Task inputs section start

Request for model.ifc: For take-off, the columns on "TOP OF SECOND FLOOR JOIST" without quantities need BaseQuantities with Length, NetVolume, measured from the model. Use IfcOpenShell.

First a look at what the model holds.

```python
import ifcopenshell
import ifcopenshell.util.element
import ifcopenshell.util.unit

model = ifcopenshell.open("model.ifc")
print(model.schema)
for unit_type in ("LENGTHUNIT", "AREAUNIT", "VOLUMEUNIT"):
    print(unit_type, ifcopenshell.util.unit.calculate_unit_scale(model, unit_type))
storey = next(s for s in model.by_type("IfcBuildingStorey") if s.Name == "TOP OF SECOND FLOOR JOIST")
columns = [e for e in ifcopenshell.util.element.get_decomposition(storey) if e.is_a("IfcColumn")]
for e in sorted(columns, key=lambda e: e.id()):
    print(e.id(), e.is_a(), e.Name, list(ifcopenshell.util.element.get_psets(e, qtos_only=True)), sep=" | ")
```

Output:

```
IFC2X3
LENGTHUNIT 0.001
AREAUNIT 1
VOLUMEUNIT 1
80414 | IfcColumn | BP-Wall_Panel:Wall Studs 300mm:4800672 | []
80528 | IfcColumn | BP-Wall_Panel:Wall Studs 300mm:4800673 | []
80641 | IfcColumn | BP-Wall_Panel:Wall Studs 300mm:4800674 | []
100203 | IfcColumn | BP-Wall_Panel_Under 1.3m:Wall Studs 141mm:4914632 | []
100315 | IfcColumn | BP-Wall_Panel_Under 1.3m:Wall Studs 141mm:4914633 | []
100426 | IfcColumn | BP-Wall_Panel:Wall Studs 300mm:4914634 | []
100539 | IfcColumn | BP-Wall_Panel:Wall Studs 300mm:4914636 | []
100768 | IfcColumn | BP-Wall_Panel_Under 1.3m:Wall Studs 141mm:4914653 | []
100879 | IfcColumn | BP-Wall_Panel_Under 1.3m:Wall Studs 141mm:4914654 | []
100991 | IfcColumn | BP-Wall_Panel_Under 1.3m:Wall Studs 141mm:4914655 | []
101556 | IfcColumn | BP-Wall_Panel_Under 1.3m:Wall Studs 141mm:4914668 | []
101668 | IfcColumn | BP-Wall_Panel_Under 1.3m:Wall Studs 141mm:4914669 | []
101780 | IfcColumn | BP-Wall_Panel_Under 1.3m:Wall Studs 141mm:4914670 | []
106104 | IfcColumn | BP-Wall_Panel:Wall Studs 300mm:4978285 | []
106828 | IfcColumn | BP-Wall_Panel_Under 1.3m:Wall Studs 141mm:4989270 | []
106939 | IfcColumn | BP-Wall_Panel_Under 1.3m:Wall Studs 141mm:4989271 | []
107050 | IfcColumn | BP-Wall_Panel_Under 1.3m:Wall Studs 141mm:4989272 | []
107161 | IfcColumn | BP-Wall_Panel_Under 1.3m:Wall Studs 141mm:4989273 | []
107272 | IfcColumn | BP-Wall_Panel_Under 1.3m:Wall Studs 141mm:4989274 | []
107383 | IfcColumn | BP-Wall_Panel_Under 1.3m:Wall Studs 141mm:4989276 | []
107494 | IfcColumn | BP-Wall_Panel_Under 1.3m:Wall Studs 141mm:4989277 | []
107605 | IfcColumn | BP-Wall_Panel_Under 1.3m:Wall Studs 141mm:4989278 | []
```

```python
import ifcopenshell
import ifcopenshell.api.pset
import ifcopenshell.geom
import ifcopenshell.util.element
import ifcopenshell.util.shape
import ifcopenshell.util.unit

model = ifcopenshell.open("model.ifc")
unit_scale = ifcopenshell.util.unit.calculate_unit_scale(model)
volume_scale = ifcopenshell.util.unit.calculate_unit_scale(model, "VOLUMEUNIT")
settings = ifcopenshell.geom.settings()

storey = next(s for s in model.by_type("IfcBuildingStorey") if s.Name == "TOP OF SECOND FLOOR JOIST")
columns = [e for e in ifcopenshell.util.element.get_decomposition(storey) if e.is_a("IfcColumn")]

for e in sorted(columns, key=lambda e: e.id()):
    if ifcopenshell.util.element.get_psets(e, qtos_only=True, should_inherit=False):
        continue
    # Geometry comes back in metres, in the element's own axes.
    shape = ifcopenshell.geom.create_shape(settings, e)
    values = {
        "Length": ifcopenshell.util.shape.get_z(shape.geometry) / unit_scale,
        "NetVolume": ifcopenshell.util.shape.get_volume(shape.geometry) / volume_scale,
    }
    qto = ifcopenshell.api.pset.add_qto(model, product=e, name="BaseQuantities")
    ifcopenshell.api.pset.edit_qto(model, qto=qto, properties=values)
    print(e.id(), {k: round(v, 3) for k, v in values.items()})

model.write("model_edited.ifc")
```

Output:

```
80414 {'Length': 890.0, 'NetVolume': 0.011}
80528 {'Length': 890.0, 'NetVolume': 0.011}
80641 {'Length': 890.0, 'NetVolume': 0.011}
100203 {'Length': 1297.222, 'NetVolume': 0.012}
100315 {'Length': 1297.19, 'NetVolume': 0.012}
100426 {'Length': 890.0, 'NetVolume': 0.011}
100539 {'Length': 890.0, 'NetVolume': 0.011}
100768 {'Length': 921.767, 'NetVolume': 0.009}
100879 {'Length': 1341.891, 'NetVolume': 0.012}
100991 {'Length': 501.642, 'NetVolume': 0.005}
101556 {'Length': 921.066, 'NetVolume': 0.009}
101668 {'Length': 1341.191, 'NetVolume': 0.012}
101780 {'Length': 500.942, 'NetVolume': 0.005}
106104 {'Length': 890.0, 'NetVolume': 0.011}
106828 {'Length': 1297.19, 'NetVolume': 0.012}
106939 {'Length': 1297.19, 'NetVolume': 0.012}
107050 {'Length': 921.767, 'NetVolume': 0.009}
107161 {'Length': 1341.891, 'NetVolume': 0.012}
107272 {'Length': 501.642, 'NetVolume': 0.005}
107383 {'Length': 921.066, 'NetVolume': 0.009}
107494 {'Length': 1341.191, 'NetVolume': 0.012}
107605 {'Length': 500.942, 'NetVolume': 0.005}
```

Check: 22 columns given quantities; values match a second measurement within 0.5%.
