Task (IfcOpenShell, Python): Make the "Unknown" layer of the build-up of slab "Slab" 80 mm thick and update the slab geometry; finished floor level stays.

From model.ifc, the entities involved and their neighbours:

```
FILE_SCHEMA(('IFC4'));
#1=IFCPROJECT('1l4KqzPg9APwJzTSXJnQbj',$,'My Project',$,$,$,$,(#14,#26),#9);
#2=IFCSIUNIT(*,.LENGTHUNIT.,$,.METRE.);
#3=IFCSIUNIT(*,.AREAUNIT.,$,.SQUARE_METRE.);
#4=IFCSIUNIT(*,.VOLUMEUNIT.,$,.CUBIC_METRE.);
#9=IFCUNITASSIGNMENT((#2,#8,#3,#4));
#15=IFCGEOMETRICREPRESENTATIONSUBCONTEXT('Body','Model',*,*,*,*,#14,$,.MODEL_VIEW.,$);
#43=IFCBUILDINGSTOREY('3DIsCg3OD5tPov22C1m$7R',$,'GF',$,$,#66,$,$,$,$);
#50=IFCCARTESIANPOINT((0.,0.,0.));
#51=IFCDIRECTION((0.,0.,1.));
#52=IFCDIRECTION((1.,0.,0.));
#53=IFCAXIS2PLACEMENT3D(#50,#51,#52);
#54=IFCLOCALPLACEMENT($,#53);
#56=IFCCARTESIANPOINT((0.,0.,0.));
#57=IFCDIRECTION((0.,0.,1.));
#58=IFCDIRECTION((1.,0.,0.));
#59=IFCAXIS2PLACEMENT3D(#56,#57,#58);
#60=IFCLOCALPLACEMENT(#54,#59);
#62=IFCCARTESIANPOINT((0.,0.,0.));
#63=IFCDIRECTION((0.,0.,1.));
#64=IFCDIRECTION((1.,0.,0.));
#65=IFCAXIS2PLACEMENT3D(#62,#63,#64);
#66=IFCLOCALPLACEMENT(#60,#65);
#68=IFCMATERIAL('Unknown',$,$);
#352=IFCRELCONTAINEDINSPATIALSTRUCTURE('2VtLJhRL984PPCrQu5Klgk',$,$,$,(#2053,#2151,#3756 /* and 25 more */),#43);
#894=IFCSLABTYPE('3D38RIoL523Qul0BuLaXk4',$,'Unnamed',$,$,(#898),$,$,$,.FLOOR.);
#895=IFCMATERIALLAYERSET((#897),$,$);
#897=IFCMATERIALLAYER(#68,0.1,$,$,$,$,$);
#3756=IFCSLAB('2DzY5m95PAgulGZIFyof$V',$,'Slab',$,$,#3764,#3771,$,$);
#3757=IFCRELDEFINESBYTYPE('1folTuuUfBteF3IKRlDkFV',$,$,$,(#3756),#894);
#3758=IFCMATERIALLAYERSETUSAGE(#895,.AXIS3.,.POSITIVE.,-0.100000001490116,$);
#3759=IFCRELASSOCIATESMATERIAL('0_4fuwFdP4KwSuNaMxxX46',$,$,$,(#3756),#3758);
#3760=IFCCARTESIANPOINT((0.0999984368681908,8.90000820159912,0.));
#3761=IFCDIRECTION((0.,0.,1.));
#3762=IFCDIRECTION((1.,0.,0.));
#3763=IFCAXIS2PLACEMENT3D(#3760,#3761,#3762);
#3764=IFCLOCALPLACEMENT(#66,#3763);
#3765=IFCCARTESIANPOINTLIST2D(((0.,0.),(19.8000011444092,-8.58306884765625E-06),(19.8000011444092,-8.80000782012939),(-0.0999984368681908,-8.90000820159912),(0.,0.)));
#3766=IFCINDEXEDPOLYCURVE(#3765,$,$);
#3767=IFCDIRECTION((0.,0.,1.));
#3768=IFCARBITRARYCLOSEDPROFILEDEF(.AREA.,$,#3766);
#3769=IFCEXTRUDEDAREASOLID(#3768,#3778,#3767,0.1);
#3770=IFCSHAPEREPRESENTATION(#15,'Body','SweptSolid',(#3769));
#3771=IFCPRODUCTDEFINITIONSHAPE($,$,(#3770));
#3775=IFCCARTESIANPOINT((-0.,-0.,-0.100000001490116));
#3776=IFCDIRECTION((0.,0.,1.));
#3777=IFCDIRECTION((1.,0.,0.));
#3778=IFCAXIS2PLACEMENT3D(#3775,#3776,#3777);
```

```python
import ifcopenshell
import ifcopenshell.util.element
import ifcopenshell.util.representation
import ifcopenshell.util.unit

model = ifcopenshell.open("model.ifc")
unit_scale = ifcopenshell.util.unit.calculate_unit_scale(model)

layer_set = model.by_id(895)
layer = next(l for l in layer_set.MaterialLayers if l.Material and l.Material.Name == "Unknown")
change = 0.08 / unit_scale - layer.LayerThickness
layer.LayerThickness += change

# Geometry does not follow the layer set by itself.
slabs = [e for e in ifcopenshell.util.element.get_elements_by_material(model, layer_set) if e.is_a("IfcSlab")]
for slab in sorted(slabs, key=lambda e: e.id()):
    body = ifcopenshell.util.representation.get_representation(slab, "Model", "Body")
    solid = body.Items[0]
    old_depth = solid.Depth
    solid.Depth += change
    # Extruded upwards: lower the start of the extrusion so the top stays.
    x, y, z = solid.Position.Location.Coordinates
    solid.Position.Location = model.createIfcCartesianPoint((x, y, z - change))
    print(slab.id(), f"{old_depth:g} -> {solid.Depth:g}")

# The layers are counted up from the underside, which has moved.
for usage in {ifcopenshell.util.element.get_material(slab) for slab in slabs}:
    usage.OffsetFromReferenceLine -= change

model.write("model_updated.ifc")
```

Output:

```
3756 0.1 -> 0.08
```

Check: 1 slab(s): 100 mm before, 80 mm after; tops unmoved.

Task inputs section end

### Task goal
Every line where "Check" appears must be returned from the listing above.

### Exercise result
Check: 22 columns given quantities; values match a second measurement within 0.5%.
Check: 1 slab(s): 100 mm before, 80 mm after; tops unmoved.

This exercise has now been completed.